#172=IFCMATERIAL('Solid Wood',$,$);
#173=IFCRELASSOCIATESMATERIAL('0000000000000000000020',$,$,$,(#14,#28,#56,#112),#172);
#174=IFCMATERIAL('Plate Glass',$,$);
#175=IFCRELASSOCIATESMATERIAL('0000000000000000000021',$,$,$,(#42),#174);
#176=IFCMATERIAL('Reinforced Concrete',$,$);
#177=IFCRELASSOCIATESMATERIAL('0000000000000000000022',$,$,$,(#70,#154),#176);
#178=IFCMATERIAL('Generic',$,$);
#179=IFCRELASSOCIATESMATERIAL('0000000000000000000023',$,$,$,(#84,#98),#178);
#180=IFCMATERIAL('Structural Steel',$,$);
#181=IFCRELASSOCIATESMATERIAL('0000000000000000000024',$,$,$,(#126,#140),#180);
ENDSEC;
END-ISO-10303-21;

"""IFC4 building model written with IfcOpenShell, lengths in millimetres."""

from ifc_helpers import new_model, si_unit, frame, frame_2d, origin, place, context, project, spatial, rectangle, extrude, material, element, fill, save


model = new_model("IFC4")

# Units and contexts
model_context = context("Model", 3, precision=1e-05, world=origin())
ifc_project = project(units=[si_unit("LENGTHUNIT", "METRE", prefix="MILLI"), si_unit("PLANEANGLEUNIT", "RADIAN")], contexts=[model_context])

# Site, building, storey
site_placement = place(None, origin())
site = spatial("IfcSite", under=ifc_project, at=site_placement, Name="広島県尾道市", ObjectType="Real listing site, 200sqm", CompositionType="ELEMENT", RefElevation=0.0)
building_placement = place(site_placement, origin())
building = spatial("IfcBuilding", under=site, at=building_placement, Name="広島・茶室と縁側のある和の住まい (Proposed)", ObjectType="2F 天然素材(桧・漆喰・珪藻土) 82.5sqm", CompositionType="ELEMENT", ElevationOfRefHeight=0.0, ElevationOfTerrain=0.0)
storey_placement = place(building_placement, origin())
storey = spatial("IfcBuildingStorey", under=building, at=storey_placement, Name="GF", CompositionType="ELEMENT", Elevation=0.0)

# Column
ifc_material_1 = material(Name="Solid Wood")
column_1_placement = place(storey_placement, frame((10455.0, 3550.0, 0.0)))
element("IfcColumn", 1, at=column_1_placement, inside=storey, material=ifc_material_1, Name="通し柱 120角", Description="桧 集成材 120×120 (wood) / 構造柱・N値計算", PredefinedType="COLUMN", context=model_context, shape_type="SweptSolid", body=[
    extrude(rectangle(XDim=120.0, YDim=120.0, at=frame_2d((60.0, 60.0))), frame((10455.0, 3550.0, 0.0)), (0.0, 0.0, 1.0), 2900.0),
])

------------------------------

What the exercise asks: Say how many lines in the entries include the word "IFCRELASSOCIATESMATERIAL", with no text around the number.

Your solution: 5